▶ **WHAT THE EXERCISE ASKS**
Each line holding the string "prefix" is to be copied from the data.

====== DATA FOR REVIEW

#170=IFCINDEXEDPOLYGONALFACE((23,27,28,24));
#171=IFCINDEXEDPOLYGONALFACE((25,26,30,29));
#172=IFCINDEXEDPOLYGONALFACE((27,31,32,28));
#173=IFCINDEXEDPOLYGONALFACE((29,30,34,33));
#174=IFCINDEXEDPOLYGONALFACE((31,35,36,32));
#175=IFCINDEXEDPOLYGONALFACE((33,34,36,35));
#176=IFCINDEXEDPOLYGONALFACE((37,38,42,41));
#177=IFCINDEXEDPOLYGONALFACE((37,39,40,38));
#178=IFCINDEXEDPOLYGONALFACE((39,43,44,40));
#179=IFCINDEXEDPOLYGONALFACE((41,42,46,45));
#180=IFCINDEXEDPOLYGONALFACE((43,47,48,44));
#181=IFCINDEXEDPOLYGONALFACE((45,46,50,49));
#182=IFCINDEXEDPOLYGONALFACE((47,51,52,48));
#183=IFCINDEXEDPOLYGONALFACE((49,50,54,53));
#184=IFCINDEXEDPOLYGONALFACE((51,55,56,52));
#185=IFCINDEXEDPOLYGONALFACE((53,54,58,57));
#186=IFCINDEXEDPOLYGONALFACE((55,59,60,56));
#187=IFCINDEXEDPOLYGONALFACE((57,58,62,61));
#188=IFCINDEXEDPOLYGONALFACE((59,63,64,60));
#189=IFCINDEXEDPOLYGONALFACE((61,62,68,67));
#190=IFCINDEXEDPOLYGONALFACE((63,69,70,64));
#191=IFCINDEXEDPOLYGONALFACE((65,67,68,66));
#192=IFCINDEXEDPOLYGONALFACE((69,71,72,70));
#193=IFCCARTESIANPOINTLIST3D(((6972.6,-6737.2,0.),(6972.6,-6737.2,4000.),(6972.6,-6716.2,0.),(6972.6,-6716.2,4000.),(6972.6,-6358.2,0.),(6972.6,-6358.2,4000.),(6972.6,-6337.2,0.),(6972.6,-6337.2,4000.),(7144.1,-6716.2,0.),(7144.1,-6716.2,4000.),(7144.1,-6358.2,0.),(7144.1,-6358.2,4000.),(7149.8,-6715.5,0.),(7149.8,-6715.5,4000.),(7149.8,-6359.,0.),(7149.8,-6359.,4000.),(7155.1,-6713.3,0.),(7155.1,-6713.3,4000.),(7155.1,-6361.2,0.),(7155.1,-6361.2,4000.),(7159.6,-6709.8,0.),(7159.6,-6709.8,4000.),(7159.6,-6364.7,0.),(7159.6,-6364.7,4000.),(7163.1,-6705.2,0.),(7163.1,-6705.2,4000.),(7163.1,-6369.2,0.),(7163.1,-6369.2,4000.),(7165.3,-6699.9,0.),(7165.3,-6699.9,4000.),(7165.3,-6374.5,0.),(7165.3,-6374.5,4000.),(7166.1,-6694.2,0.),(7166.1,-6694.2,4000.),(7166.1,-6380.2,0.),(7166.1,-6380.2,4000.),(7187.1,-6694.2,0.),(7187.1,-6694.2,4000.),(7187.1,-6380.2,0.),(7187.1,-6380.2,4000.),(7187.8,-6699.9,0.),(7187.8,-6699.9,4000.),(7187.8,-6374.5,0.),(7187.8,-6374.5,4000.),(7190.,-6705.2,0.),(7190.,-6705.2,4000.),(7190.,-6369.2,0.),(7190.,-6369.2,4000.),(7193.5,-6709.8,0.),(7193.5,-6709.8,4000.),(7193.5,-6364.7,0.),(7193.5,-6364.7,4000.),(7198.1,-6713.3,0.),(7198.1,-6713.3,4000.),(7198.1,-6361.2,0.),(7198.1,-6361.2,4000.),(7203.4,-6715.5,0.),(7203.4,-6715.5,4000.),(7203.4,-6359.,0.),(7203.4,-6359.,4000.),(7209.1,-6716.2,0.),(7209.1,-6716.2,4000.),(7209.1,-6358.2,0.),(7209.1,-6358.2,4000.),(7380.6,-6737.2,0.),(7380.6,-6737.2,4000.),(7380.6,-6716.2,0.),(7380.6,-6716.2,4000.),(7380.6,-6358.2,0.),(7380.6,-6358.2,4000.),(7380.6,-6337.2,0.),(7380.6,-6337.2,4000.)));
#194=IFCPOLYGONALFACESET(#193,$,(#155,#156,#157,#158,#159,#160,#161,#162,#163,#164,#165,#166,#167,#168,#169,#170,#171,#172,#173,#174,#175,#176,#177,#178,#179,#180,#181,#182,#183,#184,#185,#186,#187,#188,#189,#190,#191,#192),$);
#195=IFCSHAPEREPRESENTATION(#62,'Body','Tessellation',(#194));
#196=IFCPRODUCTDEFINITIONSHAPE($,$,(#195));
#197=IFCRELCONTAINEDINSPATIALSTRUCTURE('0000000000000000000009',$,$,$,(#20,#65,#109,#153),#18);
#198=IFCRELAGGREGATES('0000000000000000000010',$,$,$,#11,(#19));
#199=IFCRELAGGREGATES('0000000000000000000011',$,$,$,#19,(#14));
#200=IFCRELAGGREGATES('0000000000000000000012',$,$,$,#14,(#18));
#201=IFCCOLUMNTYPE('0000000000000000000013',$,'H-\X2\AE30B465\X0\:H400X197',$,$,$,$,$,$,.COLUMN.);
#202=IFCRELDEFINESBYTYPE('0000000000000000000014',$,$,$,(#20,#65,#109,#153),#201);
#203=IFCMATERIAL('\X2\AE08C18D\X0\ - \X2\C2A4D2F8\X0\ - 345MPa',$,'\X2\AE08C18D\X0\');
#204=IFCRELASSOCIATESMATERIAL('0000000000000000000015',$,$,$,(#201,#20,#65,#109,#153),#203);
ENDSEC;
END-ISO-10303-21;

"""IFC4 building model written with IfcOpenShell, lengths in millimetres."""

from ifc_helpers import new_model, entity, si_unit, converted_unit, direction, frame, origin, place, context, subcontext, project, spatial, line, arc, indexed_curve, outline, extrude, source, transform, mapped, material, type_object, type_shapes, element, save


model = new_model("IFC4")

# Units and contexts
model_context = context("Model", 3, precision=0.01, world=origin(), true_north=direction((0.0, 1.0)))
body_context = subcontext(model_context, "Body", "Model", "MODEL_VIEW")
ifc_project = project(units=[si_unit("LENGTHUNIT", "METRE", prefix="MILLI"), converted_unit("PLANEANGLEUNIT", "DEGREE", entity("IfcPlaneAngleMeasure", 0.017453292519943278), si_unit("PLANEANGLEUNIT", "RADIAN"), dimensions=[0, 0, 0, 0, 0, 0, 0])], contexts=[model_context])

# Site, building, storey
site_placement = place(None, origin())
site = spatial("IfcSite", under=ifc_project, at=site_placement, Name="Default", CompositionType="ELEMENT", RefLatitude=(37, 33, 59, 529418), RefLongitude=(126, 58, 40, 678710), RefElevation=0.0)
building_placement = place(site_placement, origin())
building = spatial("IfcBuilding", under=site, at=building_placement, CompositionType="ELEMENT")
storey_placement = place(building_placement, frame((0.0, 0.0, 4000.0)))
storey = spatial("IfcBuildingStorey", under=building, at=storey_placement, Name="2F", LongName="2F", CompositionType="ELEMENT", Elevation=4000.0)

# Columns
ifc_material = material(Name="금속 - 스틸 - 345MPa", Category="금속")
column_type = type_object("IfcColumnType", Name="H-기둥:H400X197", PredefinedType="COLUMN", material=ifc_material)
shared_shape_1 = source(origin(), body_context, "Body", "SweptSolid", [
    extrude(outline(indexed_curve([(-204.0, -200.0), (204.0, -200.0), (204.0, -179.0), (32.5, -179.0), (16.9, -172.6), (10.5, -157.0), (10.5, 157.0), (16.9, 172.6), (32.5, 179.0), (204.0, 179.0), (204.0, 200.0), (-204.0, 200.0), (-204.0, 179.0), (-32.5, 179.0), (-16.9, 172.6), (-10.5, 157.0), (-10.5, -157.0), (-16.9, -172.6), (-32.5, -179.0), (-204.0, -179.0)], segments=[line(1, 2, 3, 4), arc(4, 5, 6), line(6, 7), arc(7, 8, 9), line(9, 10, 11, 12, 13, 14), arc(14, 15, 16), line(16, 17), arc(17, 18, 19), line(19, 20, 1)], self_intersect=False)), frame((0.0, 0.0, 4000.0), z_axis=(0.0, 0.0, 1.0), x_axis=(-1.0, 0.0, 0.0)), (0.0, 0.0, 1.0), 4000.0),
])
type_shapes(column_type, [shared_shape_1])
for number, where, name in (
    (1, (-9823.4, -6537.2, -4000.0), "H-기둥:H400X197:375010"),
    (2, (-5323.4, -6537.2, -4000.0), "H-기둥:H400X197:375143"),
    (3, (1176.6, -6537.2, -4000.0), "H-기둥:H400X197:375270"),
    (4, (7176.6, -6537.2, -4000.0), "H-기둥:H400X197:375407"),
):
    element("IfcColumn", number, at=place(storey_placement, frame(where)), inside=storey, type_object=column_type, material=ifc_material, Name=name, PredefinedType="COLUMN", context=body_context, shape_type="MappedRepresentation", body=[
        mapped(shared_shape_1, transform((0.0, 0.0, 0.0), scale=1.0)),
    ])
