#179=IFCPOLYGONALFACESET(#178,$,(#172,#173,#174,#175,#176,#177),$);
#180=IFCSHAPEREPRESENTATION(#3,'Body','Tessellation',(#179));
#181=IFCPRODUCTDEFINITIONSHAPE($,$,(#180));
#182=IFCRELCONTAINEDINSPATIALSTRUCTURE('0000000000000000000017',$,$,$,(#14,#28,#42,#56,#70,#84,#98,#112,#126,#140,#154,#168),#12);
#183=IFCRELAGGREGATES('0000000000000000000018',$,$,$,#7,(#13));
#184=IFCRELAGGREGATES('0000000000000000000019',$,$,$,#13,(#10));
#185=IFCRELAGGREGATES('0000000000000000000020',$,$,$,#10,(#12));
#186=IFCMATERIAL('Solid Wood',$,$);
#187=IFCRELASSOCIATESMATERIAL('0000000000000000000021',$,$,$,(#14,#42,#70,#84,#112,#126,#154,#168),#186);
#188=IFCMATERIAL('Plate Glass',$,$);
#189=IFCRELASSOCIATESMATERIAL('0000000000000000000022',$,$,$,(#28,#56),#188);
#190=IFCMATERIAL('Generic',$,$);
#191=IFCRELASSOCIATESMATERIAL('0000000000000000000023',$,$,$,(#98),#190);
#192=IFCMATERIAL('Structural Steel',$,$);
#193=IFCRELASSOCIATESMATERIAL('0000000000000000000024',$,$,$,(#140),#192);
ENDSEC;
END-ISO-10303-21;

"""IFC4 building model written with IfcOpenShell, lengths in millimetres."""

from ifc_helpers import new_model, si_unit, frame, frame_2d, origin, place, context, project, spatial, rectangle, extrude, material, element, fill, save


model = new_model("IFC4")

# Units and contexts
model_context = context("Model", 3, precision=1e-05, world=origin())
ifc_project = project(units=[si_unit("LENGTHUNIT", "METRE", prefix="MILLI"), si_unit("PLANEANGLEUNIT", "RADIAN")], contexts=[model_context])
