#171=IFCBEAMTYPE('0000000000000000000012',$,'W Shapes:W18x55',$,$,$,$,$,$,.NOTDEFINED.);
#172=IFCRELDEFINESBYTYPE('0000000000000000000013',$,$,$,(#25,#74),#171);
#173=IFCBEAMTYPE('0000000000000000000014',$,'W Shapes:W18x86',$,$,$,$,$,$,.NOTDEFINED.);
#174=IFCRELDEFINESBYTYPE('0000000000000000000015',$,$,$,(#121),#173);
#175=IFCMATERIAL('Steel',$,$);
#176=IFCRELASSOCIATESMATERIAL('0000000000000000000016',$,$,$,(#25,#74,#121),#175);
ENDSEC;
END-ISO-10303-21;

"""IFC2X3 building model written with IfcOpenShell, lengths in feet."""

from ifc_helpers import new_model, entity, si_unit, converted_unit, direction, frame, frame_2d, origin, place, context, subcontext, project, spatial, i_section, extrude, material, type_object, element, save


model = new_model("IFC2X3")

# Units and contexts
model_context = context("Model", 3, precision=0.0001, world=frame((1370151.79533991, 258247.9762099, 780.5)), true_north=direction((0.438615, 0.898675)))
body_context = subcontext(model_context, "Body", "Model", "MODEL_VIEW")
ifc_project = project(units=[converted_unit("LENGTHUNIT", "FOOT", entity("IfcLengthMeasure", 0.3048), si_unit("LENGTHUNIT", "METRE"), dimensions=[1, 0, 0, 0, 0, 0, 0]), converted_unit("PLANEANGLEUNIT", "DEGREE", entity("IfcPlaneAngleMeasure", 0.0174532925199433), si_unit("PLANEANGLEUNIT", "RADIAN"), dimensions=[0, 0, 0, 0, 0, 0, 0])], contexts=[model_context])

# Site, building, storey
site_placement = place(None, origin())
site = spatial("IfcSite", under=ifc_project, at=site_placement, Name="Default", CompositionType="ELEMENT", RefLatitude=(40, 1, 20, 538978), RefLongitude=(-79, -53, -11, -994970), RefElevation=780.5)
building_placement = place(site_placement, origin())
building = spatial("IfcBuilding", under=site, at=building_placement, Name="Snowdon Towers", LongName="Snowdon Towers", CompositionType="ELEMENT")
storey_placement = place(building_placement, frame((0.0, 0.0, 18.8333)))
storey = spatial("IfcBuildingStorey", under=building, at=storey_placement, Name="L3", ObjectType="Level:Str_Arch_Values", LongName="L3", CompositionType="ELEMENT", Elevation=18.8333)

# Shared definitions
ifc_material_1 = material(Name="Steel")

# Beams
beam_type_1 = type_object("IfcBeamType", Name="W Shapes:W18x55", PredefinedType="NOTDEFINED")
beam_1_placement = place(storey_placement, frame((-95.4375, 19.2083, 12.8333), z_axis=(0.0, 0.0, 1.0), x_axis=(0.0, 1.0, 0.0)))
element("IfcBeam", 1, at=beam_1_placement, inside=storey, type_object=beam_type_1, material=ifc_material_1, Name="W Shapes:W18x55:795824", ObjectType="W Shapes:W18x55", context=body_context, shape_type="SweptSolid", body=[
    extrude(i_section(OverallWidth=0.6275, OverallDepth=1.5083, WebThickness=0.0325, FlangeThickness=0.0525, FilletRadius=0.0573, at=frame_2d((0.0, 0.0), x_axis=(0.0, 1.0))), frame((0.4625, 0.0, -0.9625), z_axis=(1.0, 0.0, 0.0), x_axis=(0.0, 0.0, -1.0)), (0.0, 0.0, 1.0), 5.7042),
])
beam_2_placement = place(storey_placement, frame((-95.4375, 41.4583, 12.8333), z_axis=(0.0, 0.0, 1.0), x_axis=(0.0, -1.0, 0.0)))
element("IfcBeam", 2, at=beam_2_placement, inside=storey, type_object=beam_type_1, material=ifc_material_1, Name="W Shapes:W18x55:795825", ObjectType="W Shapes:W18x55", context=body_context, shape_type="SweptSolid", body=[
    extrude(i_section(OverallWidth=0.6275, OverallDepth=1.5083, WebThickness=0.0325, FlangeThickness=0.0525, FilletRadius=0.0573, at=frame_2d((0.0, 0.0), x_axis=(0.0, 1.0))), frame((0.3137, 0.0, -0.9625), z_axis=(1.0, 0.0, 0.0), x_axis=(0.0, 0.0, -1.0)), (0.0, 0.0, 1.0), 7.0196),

============

▶ **TASK RESPONSE**
ifc_project = project(units=[si_unit("LENGTHUNIT", "METRE", prefix="MILLI"), converted_unit("PLANEANGLEUNIT", "DEGREE", entity("IfcPlaneAngleMeasure", 0.017453292519943278), si_unit("PLANEANGLEUNIT", "RADIAN"), dimensions=[0, 0, 0, 0, 0, 0, 0])], contexts=[model_context])
ifc_project = project(units=[si_unit("LENGTHUNIT", "METRE", prefix="MILLI"), si_unit("PLANEANGLEUNIT", "RADIAN")], contexts=[model_context])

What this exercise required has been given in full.